Directions for this task: Which lines of the records below contain the word "IFCPRODUCTDEFINITIONSHAPE"? Report each of them in full.

Material shown:
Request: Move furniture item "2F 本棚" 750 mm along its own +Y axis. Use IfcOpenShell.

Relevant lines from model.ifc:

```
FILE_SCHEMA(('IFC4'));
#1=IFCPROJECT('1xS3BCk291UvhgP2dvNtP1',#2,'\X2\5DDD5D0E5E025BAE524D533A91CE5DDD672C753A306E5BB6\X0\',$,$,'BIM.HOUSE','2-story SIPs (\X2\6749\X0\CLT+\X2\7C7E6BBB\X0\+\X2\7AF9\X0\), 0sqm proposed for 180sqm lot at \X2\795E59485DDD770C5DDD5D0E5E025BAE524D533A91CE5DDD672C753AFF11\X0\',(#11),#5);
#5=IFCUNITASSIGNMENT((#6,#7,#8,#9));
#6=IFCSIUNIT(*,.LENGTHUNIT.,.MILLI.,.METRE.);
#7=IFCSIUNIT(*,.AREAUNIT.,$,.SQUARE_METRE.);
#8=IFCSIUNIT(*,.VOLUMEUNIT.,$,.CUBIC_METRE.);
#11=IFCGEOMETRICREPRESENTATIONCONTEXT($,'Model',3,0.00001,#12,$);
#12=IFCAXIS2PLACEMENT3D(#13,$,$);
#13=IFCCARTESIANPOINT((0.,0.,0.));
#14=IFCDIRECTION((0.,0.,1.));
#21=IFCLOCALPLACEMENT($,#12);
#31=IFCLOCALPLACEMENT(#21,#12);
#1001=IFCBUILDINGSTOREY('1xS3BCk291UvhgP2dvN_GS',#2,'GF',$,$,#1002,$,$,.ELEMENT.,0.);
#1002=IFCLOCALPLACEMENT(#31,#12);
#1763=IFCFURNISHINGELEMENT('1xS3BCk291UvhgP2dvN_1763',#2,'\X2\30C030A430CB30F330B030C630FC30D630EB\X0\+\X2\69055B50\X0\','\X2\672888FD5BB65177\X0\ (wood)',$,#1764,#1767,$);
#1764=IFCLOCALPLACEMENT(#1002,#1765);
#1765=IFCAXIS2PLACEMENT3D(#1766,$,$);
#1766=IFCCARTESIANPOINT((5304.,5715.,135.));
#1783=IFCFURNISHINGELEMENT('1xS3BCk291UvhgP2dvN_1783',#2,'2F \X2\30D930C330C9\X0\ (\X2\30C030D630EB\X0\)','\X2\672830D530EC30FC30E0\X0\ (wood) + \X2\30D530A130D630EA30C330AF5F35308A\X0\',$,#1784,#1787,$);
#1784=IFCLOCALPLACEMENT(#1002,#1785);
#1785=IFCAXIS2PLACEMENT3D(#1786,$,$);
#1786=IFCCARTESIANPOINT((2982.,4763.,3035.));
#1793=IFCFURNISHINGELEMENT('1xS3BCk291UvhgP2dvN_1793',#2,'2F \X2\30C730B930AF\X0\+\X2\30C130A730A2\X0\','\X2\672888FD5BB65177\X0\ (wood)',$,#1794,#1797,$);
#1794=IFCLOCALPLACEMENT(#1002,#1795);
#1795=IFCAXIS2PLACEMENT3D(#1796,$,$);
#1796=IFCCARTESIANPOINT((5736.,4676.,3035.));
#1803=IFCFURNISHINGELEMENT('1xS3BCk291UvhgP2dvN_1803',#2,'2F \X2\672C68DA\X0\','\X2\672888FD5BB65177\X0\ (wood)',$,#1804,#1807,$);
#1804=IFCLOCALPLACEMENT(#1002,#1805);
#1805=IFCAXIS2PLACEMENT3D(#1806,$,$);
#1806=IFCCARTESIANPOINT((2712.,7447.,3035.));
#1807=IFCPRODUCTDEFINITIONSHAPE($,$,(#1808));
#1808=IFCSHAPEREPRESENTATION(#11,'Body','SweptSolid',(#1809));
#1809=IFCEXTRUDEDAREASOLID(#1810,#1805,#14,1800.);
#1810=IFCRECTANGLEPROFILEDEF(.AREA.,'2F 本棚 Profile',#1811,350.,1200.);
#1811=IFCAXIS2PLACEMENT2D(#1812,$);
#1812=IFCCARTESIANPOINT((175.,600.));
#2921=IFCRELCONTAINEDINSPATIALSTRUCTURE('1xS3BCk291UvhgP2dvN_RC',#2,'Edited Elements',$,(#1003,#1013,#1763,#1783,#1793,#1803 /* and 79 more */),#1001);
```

```python
import ifcopenshell
import ifcopenshell.api.geometry
import ifcopenshell.util.placement
import ifcopenshell.util.unit

model = ifcopenshell.open("model.ifc")
unit_scale = ifcopenshell.util.unit.calculate_unit_scale(model)

item = model.by_id(1803)
matrix = ifcopenshell.util.placement.get_local_placement(item.ObjectPlacement)
matrix[:3, 3] += matrix[:3, 1] * 0.75 / unit_scale
ifcopenshell.api.geometry.edit_object_placement(model, product=item, matrix=matrix, is_si=False)

print(ifcopenshell.util.placement.get_local_placement(item.ObjectPlacement).round(3) + 0.0)

model.write("model_edited.ifc")
```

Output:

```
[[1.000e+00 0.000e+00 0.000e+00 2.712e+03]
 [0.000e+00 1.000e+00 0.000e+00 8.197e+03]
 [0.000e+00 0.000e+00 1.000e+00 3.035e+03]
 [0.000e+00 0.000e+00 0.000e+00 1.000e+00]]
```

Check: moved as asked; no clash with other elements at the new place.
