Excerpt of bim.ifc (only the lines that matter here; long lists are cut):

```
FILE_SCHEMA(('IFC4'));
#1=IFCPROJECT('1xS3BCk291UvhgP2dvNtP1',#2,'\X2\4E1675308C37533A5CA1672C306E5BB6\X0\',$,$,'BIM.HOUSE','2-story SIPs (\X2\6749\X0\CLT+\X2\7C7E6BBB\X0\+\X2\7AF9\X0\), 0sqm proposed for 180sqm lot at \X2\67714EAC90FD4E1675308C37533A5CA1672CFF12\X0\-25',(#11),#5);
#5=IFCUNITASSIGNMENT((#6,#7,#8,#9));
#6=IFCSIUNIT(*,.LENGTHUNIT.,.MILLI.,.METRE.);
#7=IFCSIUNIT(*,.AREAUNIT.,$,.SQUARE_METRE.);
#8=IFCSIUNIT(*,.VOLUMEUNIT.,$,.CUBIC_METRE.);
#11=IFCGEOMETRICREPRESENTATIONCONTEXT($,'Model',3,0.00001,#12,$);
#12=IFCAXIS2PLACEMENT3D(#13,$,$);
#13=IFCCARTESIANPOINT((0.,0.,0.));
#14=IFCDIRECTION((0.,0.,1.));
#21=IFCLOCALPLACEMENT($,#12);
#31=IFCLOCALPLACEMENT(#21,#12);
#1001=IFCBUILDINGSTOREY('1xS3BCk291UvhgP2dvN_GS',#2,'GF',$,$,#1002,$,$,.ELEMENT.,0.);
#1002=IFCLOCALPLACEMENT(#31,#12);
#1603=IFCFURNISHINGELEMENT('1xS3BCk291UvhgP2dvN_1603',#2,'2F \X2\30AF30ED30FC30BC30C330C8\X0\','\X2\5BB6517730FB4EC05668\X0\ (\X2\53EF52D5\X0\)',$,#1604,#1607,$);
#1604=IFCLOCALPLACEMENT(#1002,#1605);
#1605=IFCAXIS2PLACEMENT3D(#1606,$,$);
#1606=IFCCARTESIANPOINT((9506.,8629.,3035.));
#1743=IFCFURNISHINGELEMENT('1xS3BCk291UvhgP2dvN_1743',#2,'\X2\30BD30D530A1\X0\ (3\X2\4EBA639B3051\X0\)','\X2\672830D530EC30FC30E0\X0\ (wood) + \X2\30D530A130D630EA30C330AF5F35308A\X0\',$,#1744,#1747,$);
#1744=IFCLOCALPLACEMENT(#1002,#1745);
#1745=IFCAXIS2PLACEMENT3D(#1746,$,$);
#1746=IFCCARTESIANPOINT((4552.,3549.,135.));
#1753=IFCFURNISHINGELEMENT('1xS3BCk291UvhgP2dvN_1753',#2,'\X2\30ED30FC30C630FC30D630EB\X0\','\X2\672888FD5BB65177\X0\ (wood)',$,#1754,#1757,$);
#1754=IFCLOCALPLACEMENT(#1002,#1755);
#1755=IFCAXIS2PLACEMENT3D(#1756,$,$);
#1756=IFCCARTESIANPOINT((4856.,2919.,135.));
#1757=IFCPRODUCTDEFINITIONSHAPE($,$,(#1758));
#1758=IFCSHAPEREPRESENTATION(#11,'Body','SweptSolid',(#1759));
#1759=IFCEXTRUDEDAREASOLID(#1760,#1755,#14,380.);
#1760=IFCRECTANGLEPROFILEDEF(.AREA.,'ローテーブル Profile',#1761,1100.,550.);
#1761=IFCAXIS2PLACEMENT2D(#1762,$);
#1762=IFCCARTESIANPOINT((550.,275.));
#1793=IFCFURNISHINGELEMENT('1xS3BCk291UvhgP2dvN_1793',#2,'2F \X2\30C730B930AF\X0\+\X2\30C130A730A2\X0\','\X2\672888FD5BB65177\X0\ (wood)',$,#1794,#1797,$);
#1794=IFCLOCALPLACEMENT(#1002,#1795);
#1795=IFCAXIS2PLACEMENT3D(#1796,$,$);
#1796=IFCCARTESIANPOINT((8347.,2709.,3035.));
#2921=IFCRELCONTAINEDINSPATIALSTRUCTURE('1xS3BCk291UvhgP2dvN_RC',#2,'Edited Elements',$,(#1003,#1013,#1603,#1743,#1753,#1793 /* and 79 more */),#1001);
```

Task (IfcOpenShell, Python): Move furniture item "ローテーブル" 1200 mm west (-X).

```python
import ifcopenshell
import ifcopenshell.api.geometry
import ifcopenshell.util.placement
import ifcopenshell.util.unit

model = ifcopenshell.open("bim.ifc")
unit_scale = ifcopenshell.util.unit.calculate_unit_scale(model)

item = model.by_guid("1xS3BCk291UvhgP2dvN_1753")
matrix = ifcopenshell.util.placement.get_local_placement(item.ObjectPlacement)
matrix[0, 3] -= 1.2 / unit_scale
ifcopenshell.api.geometry.edit_object_placement(model, product=item, matrix=matrix, is_si=False)

print(ifcopenshell.util.placement.get_local_placement(item.ObjectPlacement).round(3) + 0.0)

model.write("bim_updated.ifc")
```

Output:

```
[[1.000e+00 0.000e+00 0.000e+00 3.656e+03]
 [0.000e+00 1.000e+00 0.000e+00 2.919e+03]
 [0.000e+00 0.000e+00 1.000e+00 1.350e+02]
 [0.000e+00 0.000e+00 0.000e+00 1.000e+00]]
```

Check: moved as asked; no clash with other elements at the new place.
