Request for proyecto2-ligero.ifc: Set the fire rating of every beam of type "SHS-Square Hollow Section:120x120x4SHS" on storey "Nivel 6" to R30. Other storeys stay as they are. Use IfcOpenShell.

First a look at what the model holds.

```python
import ifcopenshell
import ifcopenshell.util.element

model = ifcopenshell.open("proyecto2-ligero.ifc")
print(model.schema)
storey = next(s for s in model.by_type("IfcBuildingStorey") if s.Name == "Nivel 6")
beams = [e for e in ifcopenshell.util.element.get_decomposition(storey) if e.is_a("IfcBeam")]
seen = {}
for e in beams:
    element_type = ifcopenshell.util.element.get_type(e)
    key = (element_type.Name if element_type != e and element_type else None, ifcopenshell.util.element.get_pset(e, "Pset_BeamCommon", "FireRating"))
    seen[key] = seen.get(key, 0) + 1
for (name, value), count in sorted(seen.items(), key=str):
    print(count, "x", name, "|", value)
```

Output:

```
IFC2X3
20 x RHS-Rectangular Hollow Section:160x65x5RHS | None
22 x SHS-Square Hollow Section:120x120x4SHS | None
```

```python
import ifcopenshell
import ifcopenshell.api.pset
import ifcopenshell.util.element

model = ifcopenshell.open("proyecto2-ligero.ifc")

storey = next(s for s in model.by_type("IfcBuildingStorey") if s.Name == "Nivel 6")
beams = [e for e in ifcopenshell.util.element.get_decomposition(storey) if e.is_a("IfcBeam")]

count = 0
for e in beams:
    element_type = ifcopenshell.util.element.get_type(e)
    if element_type in (None, e) or element_type.Name != "SHS-Square Hollow Section:120x120x4SHS":
        continue
    # add_pset returns the element's existing set when there is one.
    pset = ifcopenshell.api.pset.add_pset(model, product=e, name="Pset_BeamCommon")
    ifcopenshell.api.pset.edit_pset(model, pset=pset, properties={"FireRating": "R30"})
    count += 1

print(count, "beams updated")

model.write("proyecto2-ligero_edited.ifc")
```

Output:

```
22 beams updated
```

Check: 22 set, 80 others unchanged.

Exercise output:
#1807=IFCPRODUCTDEFINITIONSHAPE($,$,(#1808));
#1757=IFCPRODUCTDEFINITIONSHAPE($,$,(#1758));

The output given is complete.